Gracias Gustavo, yo tengo el tungsteno, pero con los tronillos de bronce para los efectos de prueba y fácil construccion, funciona


----------



## opamp (Jul 26, 2013)

Como te indica Gustavo Moreton la temperatura de los chisperos , luz blanca , esta por los 3000 grados centigrados y el bronce no te va ha durar mucho , el tungsteno o el tungsteno al torio es lo mas adecuado, los que trabajan con reles de potencia te pueden suministran las pastillas . Tengo entendido que los voltajes de arc son mas bajos en una TIG que en una stick, por ejemplo si sueldas con 100Amp con stick necesitas como 24V y solo 17V para TIG aproximadamente, al menos asi fabricabamos la hobart hace mas de 25 annos.


----------



## enderes (Jul 29, 2013)

esta exelente el plano lo que tengo dudas es como se usa la lata frecuencia ya que nunca use una tig.. osea es al momento del inicio de arco solamente para eso el pulsador de la torcha?

lo que no entiendo bien es lo que esta antes del transformador tr1? para que seria?



pienso hacer la unidad de altafrecuencia con un tranformador de fluoresente y dos bujias que piensan al respecto.. estara bien?


----------



## opamp (Jul 29, 2013)

Tr1 es el trafo de potencia , de soldadura , y para regular el amperaje de soldadura lo haces con los SCR que tienes en antiparalelo entre la red electrica y el primario del trafo Tr1 , necesitos un contol de disparo de los SCR( tiristores ).


----------



## enderes (Jul 29, 2013)

Mi soldadora tiene regulación de amperaje por núcleo de hierro así que eso no lo haría



opamp dijo:


> Tr1 es el trafo de potencia , de soldadura , y para regular el amperaje de soldadura lo haces con los SCR que tienes en antiparalelo entre la red electrica y el primario del trafo Tr1 , necesitos un contol de disparo de los SCR( tiristores ).



Tendría que poner un potenciómetro para regular el amperaje?


----------



## Ryderakg (Ago 23, 2016)

Yo tube el mismo problema pero yo no puse un fly back yo agarre un thyristor skkt y forme un dimmer con 6 filtro y luego lo rectifique con un puente de onda completa a 4 diodos de tornillo de 200 amp a 1200 v y al ultimo coloque la bobina de choke y la soldadora arranca desde mas abajo y es muy suece el arco espero les ayude


----------



## jesus mogollon (Ene 29, 2020)

Carlos Rodriguez dijo:


> Saludos Amigos, solicito ayuda para convertir una Soldadora AC/DC a TIG, Compré esta máquina pensando que servía para Tig, le compré la antorcha,elregulador etc, pero al probarla no suelda, me dicen que le hace falta una unidad de alta frecuencia, si alguno de uds. tiene un plano para constuir dicha unidad, agradecería su ayuda.

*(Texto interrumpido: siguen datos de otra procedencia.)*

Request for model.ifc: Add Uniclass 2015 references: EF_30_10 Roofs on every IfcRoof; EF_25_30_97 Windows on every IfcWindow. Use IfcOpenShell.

First a look at what the model holds.

```python
import ifcopenshell

model = ifcopenshell.open("model.ifc")
print(model.schema)
print("classifications:", [c.Name for c in model.by_type("IfcClassification")])
for ifc_class in ("IfcDoor", "IfcRoof", "IfcStair", "IfcWall", "IfcWindow"):
    print(ifc_class, len(model.by_type(ifc_class)))
```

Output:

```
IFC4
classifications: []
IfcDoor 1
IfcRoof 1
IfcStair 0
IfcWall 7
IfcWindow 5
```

```python
import ifcopenshell
import ifcopenshell.api.classification

model = ifcopenshell.open("model.ifc")

system = ifcopenshell.api.classification.add_classification(model, classification="Uniclass 2015")

codes = {
    "IfcRoof": ("EF_30_10", "Roofs"),
    "IfcWindow": ("EF_25_30_97", "Windows"),
}
for ifc_class, (code, name) in codes.items():
    products = model.by_type(ifc_class)
    ifcopenshell.api.classification.add_reference(
        model, products=products, classification=system, identification=code, name=name
    )
    print(code, len(products))

model.write("model-out.ifc")
```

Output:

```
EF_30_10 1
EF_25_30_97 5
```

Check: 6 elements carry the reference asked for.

No sé si sea solo eso lo necesario. De antemano gracias


buenas,el planos de generación de alta frecuencia es este;si lo puedes bobinar en un núcleo de ferrita es mejor y en el porta antorcha el suiche de encendido,como destellador usa dos bujias de carro con el alma de cobre,atornillados en un disipador de aluminio porque van a calentar mucho


enderes dijo:


> hola estoy haciendo lo mismo con mi soldadora de arco......me podrian pasar el diagrama de alta frecuencia


buenas,este es el esquema del generador,bobinalo en un núcleo de ferrita,y usa como centellador dos bujías de carro montadas en disipador de aluminio


----------